Auch beim Runden Tisch, einem Zusammenschluß verschiedenster Institutionen und Initiativen vom Sozialamt über die Polizei bis hin zu GemeinderatsvertreterInnen verschiedener Fraktionen und dem AK Asyl, hat sich deshalb seit längerem die Überzeugung durchgesetzt, daß nur ein Abriß der Container und die andersweitige Unterbringung der dort lebenden Flüchtlinge dazu taugt, deren Wohnsituation qualitativ zu verbessern.
Bleibt die Frage, warum aus der vorhandenen Einsicht nicht die notwendigen praktischen Konsequenzen gezogen werden, ja, warum die städtischen Gremien und Ämter, die nach wie vor für die Unterbringung der Flüchtlinge zuständig sind, eine "normale" Unterkunft nach der anderen dicht machen und immer mehr der noch in Konstanz lebenden Flüchtlinge in die Container verlegen? Und zwar trotz der horrenden Kosten für die Containerunterbringung, die derzeit bei 310 DM für 4,5 Quadratmeter im Monat liegen.

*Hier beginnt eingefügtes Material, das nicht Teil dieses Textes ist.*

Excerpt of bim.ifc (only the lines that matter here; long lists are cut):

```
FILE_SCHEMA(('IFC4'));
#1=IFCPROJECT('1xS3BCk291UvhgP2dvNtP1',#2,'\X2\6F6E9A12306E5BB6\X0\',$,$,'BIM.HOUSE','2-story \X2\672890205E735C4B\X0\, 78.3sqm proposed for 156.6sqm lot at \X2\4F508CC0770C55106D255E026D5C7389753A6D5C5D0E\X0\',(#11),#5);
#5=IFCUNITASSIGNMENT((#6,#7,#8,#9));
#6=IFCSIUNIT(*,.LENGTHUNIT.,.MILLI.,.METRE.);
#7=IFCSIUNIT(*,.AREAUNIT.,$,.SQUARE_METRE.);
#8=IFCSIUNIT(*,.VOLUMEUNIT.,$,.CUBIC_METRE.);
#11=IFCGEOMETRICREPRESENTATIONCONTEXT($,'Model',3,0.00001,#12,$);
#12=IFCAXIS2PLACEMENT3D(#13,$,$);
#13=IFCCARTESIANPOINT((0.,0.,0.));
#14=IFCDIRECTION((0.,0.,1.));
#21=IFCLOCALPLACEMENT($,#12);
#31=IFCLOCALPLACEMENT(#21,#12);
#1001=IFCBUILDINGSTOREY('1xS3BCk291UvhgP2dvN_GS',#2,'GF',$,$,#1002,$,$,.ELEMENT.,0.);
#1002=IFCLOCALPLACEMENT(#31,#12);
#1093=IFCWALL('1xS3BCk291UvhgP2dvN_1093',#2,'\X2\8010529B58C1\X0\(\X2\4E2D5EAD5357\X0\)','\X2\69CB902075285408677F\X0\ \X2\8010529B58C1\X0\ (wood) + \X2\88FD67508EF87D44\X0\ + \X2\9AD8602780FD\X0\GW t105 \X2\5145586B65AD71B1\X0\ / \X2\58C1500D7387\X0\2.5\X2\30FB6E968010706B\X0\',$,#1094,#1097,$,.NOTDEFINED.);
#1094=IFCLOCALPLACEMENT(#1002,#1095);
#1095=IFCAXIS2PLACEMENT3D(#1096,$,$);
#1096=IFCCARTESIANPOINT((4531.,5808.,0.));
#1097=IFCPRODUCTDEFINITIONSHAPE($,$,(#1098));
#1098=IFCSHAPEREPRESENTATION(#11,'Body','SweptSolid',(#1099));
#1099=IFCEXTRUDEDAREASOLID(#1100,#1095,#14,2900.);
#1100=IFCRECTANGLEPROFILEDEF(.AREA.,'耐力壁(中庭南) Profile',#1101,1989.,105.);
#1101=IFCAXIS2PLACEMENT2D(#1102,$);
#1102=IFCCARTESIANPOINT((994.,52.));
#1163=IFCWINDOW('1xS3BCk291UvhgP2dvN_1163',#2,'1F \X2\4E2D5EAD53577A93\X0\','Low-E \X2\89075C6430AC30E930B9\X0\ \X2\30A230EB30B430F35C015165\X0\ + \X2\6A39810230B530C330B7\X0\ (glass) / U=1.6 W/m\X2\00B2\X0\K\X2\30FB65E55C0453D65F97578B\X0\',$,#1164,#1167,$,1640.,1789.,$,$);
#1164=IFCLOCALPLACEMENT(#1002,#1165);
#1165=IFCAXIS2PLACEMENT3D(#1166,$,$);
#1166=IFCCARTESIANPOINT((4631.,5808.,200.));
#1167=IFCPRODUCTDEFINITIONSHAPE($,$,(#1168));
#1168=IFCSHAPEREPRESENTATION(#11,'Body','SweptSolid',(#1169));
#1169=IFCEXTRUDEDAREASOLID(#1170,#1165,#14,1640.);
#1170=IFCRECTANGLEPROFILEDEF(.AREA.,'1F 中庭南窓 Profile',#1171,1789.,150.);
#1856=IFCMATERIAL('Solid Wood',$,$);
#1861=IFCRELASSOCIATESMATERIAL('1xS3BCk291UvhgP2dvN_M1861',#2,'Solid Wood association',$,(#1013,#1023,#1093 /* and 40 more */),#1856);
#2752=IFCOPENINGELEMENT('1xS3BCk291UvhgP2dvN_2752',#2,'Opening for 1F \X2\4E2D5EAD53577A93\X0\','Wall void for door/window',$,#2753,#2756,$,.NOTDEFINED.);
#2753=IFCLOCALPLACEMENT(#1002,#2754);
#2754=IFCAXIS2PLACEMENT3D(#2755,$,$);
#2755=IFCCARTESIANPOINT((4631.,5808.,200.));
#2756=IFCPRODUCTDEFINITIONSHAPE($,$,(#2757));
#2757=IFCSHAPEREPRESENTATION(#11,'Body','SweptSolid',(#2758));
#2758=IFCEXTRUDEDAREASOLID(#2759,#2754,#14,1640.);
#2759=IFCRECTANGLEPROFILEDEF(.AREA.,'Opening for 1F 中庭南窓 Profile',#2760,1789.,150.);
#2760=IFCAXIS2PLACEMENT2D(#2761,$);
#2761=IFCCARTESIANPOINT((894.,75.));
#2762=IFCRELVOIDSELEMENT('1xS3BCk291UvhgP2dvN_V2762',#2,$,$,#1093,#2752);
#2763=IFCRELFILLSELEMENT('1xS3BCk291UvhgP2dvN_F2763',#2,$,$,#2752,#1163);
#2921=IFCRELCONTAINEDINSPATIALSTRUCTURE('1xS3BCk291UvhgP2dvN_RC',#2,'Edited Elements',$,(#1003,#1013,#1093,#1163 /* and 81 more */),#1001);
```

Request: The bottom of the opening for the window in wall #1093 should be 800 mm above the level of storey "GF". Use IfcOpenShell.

```python
import numpy as np
import ifcopenshell
import ifcopenshell.api.geometry
import ifcopenshell.geom
import ifcopenshell.util.element
import ifcopenshell.util.placement
import ifcopenshell.util.shape
import ifcopenshell.util.unit

model = ifcopenshell.open("bim.ifc")
unit_scale = ifcopenshell.util.unit.calculate_unit_scale(model)

window = model.by_guid("1xS3BCk291UvhgP2dvN_1163")
opening = window.FillsVoids[0].RelatingOpeningElement
storey = ifcopenshell.util.element.get_container(window, ifc_class="IfcBuildingStorey")
level = ifcopenshell.util.placement.get_local_placement(storey.ObjectPlacement)[2, 3]

# The opening's origin need not be at the sill, so measure its lowest point.
shape = ifcopenshell.geom.create_shape(ifcopenshell.geom.settings(), opening)
bottom = ifcopenshell.util.shape.get_shape_bottom_elevation(shape, shape.geometry) / unit_scale
dz = level + 0.8 / unit_scale - bottom

shift = np.array([0.0, 0.0, dz])
# The window is not placed relative to its opening, so move both.
for product in (opening, window):
    matrix = ifcopenshell.util.placement.get_local_placement(product.ObjectPlacement)
    matrix[:3, 3] += shift
    ifcopenshell.api.geometry.edit_object_placement(model, product=product, matrix=matrix, is_si=False)

print(f"moved by {dz * unit_scale:+.3f} m")

model.write("bim_rev.ifc")
```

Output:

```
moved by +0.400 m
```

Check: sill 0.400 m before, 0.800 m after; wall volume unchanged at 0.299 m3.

Die Anwort hierauf gibt ein Blick in eine Gemeinderatsvorlage, die die Kosten für die Container auflistet. Die Stadt hat 1991 knapp 2,3 Mio für den Erwerb der Container aufgewandt. Von dieser Gesamtinvestitionssumme sind bis heute erst knapp 550000 DM abgeschrieben worden, so daß sie immer noch auf einem Schuldenberg von 1,7 Mio sitzt. Während sie mehrere der anderen Flüchtlingsunterkünfte (Schlüssel, Stefansplatz) nur befristet angemietet hat, hat sie die Container gekauft. Um heute nicht auf den Investitionkosten sitzen zu bleiben, hat die Stadt deshalb ein großes Interesse daran, daß die Container mit der größtmöglichen Zahl von Flüchtlingen belegt sind. Die für die Unterbringung entstehenden Kosten kann sie nämlich mit dem Land abrechnen. Bei einer geringeren Belegung der Container würde sie auf einem Teil ihrer Kosten sitzen bleiben. Die Erkenntnis, daß die Unterbringung in den Con- tainer unzumutbar ist, wird deshalb erst dann zu praktischen Konsequenzen führen, wenn die kommunalpolitisch Verantwortlichen bereit sind, die Konsequenzen aus ihrer damaligen Fehlentscheidung zu ziehen, und das investierte Geld als Verlust abzuschreiben. Ohne Druck von unten - von Seiten der Kommunen - wird das Land auch nicht von seiner für die Flüchtlinge verheerenden Lagerpolitik abrücken. Dezentrale Unterkünfte in normalen Häusern sind notwendiger denn je - für die Gesundheit der Flüchtlinge, aber auch für ihre Chance, sich in ihrer schwierigen Situation zurechtzufinden und Kontakte zu knüpfen.